Windows definitely stalls less in those kinds of situations. I remember running both Windows and Linux on my old 2 core 4GB RAM laptop. On Windows I could have easily swapped out almost ten GB of memory and it'd still chug along, whereas Linux would be completely unresponsive after a couple of GB of swapped out memory and require a reboot. I wonder how much the pending MGLRU patch for Linux 6.1 would help with this.
The old Windows Task Manager has code in it that killed other programs to be able to start so the user could kill more programs.
I don't know if this feature still exists in modern versions since memory has increased so much but I always found it to be neat that some developers thought about this.
Sounds like a good idea for systems that are absolutely hammered. `htop` could add a `--kill` flag, or maybe `--kill-ram` / `--kill-cpu` which would first try to kill the most ram/cpu intensive application, and then load the UI.
I've ended up in a couple of situations where servers are so hammered it takes five minutes just to get a ssh session up and running because some process took up all CPU/RAM and was barely able to do anything in the server itself. Something like that could maybe help.
David Plummer wrote the Windows Task Manager, he made a 3 part series on his YouTube channel [1]. It's a fascinating couple of videos, highly recommend to watch.
Right? It's getting worse and worse with each update.
I remember praising mac os memory management back in the days when you could just go to "Applications" folder and open everything at once without a hiccup.
Today, even rebooting with "reopen apps" option is a nightmare.
If that was the case, macOS and windows would own the server market because who would want to have a server that "freezes" under "heavy memory load". MacOS is virtually non-existent and Windows has a small share of the market and performs poorly comparison.
I linked threads on LKML that are directly relevant to this subject, about how this (system becomes nonresponsive under memory pressure) is a real problem that people really experience, with a lot of people agreeing that it is a problem and suggesting various mitigations. Most of those ideas presuppose that memory pressure leads to stalls and are about figuring out how to detect when the system is stalled and making no progress and killing processes after it has gone on for a while (often with userspace daemons). I think MGLRU is maybe getting merged in linux 6.x and will hopefully help avoid the stalls.
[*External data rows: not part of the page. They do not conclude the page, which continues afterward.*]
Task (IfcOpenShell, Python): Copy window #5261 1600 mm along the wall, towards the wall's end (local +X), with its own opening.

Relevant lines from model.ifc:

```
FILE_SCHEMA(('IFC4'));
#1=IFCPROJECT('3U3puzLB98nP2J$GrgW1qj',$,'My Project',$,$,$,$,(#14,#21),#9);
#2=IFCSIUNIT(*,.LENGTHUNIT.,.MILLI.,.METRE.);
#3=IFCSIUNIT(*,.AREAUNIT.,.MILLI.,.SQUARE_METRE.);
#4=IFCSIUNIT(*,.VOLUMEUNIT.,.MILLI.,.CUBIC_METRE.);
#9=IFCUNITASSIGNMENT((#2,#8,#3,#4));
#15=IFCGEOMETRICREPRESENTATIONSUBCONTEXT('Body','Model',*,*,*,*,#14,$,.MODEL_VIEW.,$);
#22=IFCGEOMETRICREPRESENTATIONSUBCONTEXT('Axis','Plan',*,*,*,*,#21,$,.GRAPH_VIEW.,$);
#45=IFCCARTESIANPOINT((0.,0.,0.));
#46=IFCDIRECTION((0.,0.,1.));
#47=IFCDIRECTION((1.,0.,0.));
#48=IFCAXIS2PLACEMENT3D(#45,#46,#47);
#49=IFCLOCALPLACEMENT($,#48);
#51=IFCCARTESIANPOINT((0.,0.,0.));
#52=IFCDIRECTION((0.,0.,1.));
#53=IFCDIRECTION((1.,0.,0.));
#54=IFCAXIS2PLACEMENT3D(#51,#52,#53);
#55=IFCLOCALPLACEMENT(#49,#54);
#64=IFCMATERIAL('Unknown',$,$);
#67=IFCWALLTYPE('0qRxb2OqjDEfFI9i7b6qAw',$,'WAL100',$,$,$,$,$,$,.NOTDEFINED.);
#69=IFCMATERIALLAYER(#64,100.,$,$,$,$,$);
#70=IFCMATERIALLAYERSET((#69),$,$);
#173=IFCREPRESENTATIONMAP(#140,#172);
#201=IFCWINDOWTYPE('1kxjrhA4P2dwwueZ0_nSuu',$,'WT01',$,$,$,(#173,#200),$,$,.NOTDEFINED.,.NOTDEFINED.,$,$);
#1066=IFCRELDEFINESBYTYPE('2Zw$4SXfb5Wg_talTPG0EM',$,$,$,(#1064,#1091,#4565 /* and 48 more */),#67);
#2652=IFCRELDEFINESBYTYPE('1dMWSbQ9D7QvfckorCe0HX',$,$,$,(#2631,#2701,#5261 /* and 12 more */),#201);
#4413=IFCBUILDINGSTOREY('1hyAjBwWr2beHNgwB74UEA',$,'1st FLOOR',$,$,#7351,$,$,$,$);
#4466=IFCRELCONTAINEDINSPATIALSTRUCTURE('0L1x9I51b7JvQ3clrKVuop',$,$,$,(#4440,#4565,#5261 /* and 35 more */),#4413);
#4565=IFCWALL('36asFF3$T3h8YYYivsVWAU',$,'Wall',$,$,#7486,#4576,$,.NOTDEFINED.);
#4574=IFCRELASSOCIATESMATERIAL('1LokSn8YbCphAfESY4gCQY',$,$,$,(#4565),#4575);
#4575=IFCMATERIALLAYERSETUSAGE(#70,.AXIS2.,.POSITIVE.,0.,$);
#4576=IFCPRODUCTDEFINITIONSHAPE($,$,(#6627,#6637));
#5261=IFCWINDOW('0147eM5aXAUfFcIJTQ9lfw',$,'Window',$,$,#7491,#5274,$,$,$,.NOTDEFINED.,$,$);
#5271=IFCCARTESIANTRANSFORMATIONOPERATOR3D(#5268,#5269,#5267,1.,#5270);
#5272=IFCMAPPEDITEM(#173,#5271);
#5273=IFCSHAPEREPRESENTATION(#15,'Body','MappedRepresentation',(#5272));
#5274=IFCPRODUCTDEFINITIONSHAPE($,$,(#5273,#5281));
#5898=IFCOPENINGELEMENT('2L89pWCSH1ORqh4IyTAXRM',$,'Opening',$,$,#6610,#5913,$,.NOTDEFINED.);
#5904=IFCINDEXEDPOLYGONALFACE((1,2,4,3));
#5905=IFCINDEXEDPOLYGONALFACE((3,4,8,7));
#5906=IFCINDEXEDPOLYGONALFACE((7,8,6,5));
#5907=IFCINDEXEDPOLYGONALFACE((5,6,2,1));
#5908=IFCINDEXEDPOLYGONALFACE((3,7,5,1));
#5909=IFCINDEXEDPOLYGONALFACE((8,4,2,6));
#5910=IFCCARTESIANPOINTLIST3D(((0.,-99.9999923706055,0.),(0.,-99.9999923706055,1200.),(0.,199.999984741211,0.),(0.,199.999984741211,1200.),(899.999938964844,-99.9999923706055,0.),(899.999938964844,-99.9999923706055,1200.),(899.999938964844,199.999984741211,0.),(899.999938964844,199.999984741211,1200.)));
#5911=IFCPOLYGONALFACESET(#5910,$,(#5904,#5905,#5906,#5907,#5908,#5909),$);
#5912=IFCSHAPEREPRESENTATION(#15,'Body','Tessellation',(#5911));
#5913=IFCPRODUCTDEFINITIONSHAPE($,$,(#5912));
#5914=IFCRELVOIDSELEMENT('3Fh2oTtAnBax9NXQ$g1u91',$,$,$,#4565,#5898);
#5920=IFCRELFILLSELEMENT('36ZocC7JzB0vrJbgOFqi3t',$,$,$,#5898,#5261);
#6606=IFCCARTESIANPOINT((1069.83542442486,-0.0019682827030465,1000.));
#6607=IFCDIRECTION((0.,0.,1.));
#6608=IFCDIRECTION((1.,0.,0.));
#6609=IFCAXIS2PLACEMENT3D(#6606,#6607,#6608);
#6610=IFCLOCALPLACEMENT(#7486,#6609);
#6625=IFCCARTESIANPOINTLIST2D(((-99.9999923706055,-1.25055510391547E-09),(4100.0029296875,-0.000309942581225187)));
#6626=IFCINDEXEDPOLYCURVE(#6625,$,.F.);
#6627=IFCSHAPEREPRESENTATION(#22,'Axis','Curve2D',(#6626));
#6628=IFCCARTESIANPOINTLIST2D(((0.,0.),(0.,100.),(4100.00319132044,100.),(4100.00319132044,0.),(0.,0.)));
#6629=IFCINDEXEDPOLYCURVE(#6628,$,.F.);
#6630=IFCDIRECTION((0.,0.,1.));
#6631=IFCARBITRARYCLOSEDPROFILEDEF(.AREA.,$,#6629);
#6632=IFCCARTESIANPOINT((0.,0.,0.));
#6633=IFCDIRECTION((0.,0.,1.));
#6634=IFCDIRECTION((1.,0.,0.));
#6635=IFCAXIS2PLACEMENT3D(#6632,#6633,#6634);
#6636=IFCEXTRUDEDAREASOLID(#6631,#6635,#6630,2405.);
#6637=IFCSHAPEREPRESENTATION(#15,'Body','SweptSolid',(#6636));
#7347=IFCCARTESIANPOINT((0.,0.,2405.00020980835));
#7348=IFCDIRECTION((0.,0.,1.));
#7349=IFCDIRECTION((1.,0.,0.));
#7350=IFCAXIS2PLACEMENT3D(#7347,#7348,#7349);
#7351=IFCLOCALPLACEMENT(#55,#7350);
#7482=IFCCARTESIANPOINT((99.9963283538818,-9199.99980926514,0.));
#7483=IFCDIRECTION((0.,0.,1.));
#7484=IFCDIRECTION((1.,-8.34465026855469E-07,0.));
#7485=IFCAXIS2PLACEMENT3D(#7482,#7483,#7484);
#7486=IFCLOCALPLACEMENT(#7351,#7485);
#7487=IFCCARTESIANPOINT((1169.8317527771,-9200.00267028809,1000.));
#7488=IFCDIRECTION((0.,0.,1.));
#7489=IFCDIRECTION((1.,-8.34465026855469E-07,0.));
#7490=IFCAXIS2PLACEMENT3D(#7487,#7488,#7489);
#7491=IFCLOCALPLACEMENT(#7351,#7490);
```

```python
import ifcopenshell
import ifcopenshell.api.feature
import ifcopenshell.api.geometry
import ifcopenshell.api.root
import ifcopenshell.geom
import ifcopenshell.util.element
import ifcopenshell.util.placement
import ifcopenshell.util.shape
import ifcopenshell.util.unit

model = ifcopenshell.open("model.ifc")
unit_scale = ifcopenshell.util.unit.calculate_unit_scale(model)
settings = ifcopenshell.geom.settings()


def volume(element):
    """Net volume in cubic metres, openings subtracted."""
    shape = ifcopenshell.geom.create_shape(settings, element)
    return ifcopenshell.util.shape.get_volume(shape.geometry)


window = model.by_guid("0147eM5aXAUfFcIJTQ9lfw")
opening = window.FillsVoids[0].RelatingOpeningElement
wall = opening.VoidsElements[0].RelatingBuildingElement
before = volume(wall)
shift = ifcopenshell.util.placement.get_local_placement(wall.ObjectPlacement)[:3, 0] * 1.6 / unit_scale

# copy_class copies the void relationship, type, container and properties, but no geometry.
new_opening = ifcopenshell.api.root.copy_class(model, product=opening)
new_opening.Representation = ifcopenshell.util.element.copy_deep(
    model, opening.Representation, exclude=["IfcGeometricRepresentationContext", "IfcRepresentationMap"]
)
new_window = ifcopenshell.api.root.copy_class(model, product=window)
new_window.Representation = ifcopenshell.util.element.copy_deep(
    model, window.Representation, exclude=["IfcGeometricRepresentationContext", "IfcRepresentationMap"]
)
ifcopenshell.api.feature.add_filling(model, opening=new_opening, element=new_window)

for old, new in ((opening, new_opening), (window, new_window)):
    matrix = ifcopenshell.util.placement.get_local_placement(old.ObjectPlacement)
    matrix[:3, 3] += shift
    ifcopenshell.api.geometry.edit_object_placement(model, product=new, matrix=matrix, is_si=False)

after = volume(wall)

print(f"wall volume {before:.3f} -> {after:.3f} m3")

model.write("model-out.ifc")
```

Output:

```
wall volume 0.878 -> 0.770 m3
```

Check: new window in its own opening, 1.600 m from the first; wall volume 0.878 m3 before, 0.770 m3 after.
you linked a list of all CVEs in macOS. I don't see how this is relevant at all.
I vaguely remember Solaris had a way to prioritise focused X Window application (IA) while keeping it within time-sharing (TS) scheduling class.
Kernel thread for interactive applications in focused window would then have higher priority than background applications improving responsiveness. I am not sure what manipulated the priority, but I assume Xsun (X Window server) did it.
Ok. I got it. Literally speaking there are two (maybe more?) known bugs. Do we know how many are there for Windows and macOS? I get freezes every now and then under macOS, so there _might_ be memory management issues there as well.
My point stills stands because I believe that the bugs you posted are largely inconsequential. Bugs could be very well been patched by now (or not). My guess the fix won't uptick the % of linux in desktop or server market.
IMHO "the truth is in the pudding": if the largest share of mobile OS's is based on linux (android) and largest % in servers in again based on linux, memory management is overall good enough - otherwise the market share would have dropped considerably.
UPDATE: Revisiting the thread question... I'm barking at the wrong tree. The question wasn't about relevance and market %. Your comment is to the point.